Meet Jean Willio, a 17-month-old boy who lives in Haiti with his parents and seven older siblings. Jean Willio's two favorite pastimes are playing with his older siblings and enjoying music. His parents are both farmers. Our medical partner, Haiti Cardiac Alliance (HCA) shares, "Jean Willio was born with a cardiac condition called patent ductus arteriosus, in which a hole in the heart which normally closes shortly after birth, remains open." As a result of his heart condition, "blood leaks through this hole without passing through the lungs to obtain oxygen." Without treatment, Jean Willio will remain sickly and weak. Jean Willio's family cannot afford the $1,500 surgery he needs to restore blood flow to his heart. Fortunately, we can help. After the surgery, "he should not have any further cardiac symptoms," says HCA. "We have made many trips to the hospital with our son," Jean Willio's father shares. "We are very happy his heart can be fixed so we don't have to do that anymore."

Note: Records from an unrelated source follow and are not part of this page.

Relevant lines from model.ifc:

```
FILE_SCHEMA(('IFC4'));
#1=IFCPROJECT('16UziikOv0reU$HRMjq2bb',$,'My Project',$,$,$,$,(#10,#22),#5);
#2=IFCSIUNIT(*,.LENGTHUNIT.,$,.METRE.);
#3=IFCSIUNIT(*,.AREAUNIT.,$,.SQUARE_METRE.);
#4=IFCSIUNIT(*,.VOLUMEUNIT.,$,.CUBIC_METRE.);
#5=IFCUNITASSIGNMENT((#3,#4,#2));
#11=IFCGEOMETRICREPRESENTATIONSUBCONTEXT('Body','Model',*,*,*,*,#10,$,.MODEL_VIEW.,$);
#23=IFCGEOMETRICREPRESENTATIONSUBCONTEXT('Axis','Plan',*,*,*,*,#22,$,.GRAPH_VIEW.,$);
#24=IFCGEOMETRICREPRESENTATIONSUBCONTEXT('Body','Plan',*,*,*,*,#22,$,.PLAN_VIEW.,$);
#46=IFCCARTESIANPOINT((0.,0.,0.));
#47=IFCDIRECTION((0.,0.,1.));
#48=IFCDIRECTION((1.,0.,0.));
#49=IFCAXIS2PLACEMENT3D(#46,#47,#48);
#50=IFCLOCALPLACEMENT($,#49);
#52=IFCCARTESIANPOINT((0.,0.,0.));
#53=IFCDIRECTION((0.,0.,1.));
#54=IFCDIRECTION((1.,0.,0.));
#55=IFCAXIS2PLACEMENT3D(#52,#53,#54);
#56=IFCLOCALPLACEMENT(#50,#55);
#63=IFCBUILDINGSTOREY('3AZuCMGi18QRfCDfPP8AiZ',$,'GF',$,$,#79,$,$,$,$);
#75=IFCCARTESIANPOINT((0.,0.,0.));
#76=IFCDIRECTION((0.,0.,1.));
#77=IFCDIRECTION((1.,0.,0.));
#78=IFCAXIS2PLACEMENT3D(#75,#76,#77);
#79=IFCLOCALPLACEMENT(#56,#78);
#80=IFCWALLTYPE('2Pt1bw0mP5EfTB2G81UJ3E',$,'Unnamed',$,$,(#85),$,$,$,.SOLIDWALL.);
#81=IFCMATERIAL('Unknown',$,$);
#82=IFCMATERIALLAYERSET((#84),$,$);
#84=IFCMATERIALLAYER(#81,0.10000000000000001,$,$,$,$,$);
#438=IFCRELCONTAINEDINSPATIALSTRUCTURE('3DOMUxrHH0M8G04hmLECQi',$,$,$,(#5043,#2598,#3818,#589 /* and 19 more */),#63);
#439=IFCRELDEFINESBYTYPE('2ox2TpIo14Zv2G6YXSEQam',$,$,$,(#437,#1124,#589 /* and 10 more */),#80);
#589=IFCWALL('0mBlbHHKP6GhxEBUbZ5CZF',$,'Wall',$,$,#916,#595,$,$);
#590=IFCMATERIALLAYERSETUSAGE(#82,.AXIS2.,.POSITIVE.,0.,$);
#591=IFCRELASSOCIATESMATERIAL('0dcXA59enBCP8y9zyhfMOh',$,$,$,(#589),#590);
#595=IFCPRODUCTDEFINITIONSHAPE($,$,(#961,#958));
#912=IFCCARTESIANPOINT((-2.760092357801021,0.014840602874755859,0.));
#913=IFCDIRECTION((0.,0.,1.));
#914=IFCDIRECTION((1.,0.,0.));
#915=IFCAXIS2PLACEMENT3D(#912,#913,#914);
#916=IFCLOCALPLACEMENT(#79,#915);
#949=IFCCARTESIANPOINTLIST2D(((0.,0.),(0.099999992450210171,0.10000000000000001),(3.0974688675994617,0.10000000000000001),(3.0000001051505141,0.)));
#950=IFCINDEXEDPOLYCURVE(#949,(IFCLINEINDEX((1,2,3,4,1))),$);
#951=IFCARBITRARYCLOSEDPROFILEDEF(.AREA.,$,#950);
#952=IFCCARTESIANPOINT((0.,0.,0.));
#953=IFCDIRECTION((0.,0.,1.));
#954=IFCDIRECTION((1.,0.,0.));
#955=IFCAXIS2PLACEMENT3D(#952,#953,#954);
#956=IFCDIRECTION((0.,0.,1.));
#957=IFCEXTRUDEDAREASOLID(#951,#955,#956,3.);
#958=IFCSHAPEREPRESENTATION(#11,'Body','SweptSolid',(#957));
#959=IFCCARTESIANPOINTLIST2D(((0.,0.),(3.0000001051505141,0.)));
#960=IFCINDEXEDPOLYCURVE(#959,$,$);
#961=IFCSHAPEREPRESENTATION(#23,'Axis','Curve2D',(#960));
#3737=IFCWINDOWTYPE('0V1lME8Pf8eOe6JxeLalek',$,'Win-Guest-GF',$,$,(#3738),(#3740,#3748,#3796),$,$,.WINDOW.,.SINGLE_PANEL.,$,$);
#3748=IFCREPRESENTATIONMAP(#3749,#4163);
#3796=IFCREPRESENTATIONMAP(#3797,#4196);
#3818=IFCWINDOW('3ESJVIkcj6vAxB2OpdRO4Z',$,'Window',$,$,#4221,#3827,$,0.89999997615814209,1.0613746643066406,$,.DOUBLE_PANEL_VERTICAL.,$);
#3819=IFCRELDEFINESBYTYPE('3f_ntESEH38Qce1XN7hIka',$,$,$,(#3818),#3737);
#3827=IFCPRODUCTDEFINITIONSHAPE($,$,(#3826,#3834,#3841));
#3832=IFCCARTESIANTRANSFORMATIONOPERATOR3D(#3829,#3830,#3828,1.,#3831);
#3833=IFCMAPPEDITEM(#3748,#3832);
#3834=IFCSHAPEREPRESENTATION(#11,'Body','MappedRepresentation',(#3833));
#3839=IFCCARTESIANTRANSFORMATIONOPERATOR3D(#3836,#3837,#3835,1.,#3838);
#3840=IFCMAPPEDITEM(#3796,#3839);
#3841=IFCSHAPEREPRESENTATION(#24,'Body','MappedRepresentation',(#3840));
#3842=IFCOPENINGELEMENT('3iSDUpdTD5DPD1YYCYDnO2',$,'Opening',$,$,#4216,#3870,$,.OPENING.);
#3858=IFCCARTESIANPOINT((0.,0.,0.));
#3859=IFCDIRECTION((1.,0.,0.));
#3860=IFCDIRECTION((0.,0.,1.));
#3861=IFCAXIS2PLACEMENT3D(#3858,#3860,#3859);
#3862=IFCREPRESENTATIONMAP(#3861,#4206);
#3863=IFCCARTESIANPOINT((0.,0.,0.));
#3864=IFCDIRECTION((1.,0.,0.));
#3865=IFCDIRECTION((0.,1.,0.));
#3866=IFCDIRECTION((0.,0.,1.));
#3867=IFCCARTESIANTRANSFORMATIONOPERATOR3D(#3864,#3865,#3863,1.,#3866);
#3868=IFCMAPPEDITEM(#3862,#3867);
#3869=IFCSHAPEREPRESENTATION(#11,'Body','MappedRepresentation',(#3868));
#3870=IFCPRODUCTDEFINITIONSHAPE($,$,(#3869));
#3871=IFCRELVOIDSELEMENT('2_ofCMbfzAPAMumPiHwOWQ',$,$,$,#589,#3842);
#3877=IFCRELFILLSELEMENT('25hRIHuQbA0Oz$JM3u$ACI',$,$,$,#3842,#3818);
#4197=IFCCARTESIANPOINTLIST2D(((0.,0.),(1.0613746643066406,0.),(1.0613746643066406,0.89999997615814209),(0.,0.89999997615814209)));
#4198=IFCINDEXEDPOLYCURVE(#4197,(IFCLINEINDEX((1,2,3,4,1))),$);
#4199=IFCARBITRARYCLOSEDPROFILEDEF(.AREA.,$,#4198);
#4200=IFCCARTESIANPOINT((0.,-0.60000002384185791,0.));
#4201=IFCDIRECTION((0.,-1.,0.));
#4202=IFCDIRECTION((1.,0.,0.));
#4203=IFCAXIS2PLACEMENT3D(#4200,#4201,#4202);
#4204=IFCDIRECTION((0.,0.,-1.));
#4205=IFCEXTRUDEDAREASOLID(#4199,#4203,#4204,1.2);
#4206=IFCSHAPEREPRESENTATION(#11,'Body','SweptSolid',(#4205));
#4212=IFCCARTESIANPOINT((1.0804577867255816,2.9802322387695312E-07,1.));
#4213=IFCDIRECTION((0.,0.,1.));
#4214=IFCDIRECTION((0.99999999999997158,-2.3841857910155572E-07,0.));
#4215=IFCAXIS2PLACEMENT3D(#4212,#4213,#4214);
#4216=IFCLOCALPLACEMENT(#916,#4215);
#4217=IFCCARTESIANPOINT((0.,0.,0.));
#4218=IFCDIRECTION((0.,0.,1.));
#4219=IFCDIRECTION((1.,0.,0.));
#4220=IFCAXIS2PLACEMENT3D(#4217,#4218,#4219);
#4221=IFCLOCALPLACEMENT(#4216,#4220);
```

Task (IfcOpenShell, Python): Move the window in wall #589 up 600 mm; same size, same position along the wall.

```python
import numpy as np
import ifcopenshell
import ifcopenshell.api.geometry
import ifcopenshell.util.placement
import ifcopenshell.util.unit

model = ifcopenshell.open("model.ifc")
unit_scale = ifcopenshell.util.unit.calculate_unit_scale(model)

window = model.by_guid("3ESJVIkcj6vAxB2OpdRO4Z")
opening = window.FillsVoids[0].RelatingOpeningElement
dz = 0.6 / unit_scale

shift = np.array([0.0, 0.0, dz])
# The window is placed relative to its opening, so it follows when the opening moves.
matrix = ifcopenshell.util.placement.get_local_placement(opening.ObjectPlacement)
matrix[:3, 3] += shift
ifcopenshell.api.geometry.edit_object_placement(
    model, product=opening, matrix=matrix, is_si=False, should_transform_children=True
)

print(f"moved by {dz * unit_scale:+.3f} m")

model.write("model_rev.ifc")
```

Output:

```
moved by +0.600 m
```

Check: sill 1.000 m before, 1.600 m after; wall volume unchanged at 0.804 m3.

Meet 23-month-old Olga from Guatemala, the youngest of five siblings. “Olga is an energetic little girl that loves to jump and dance when she hears music. She imitates her mom’s singing voice and pretends to cook with little plates and cups while her mom prepares meals for the family,” shares our medical partner, Wuqu’ Kawoq (WK). Olga has acute malnutrition, causing her to be far below the average height and weight for her age. “Her immune system is weakening, and she is showing signs of developmental delays. At almost two years old, she is only speaking 12 words, whereas children on a normal developmental trajectory speak approximately 50 words at that age,” reports WK. “We worry that without intervention, Olga will continue to fall away from the growth curve, and her immune system will continue to weaken, putting her at risk of acute illness,” continues WK. “Furthermore, without medical intervention and parental education, Olga will have a higher risk of suffering from the long term effects of malnutrition.” With $535 in funding, Olga can receive comprehensive treatment for malnutrition, which includes growth monitoring, medication, micronutrient, and food supplementation. Her mother will also receive nutrient education that will improve the health of their entire family. This treatment will allow Olga to recoup the height and weight, strengthen her immune system, and reduce the risk of long term effects strongly associated with malnutrition, such as diabetes and complications during pregnancy. “We are so happy to be a part of this program," shares Olga's mother. "Thank God for allowing you to find us and for wanting to help our Olga. We hope she will recuperate soon.”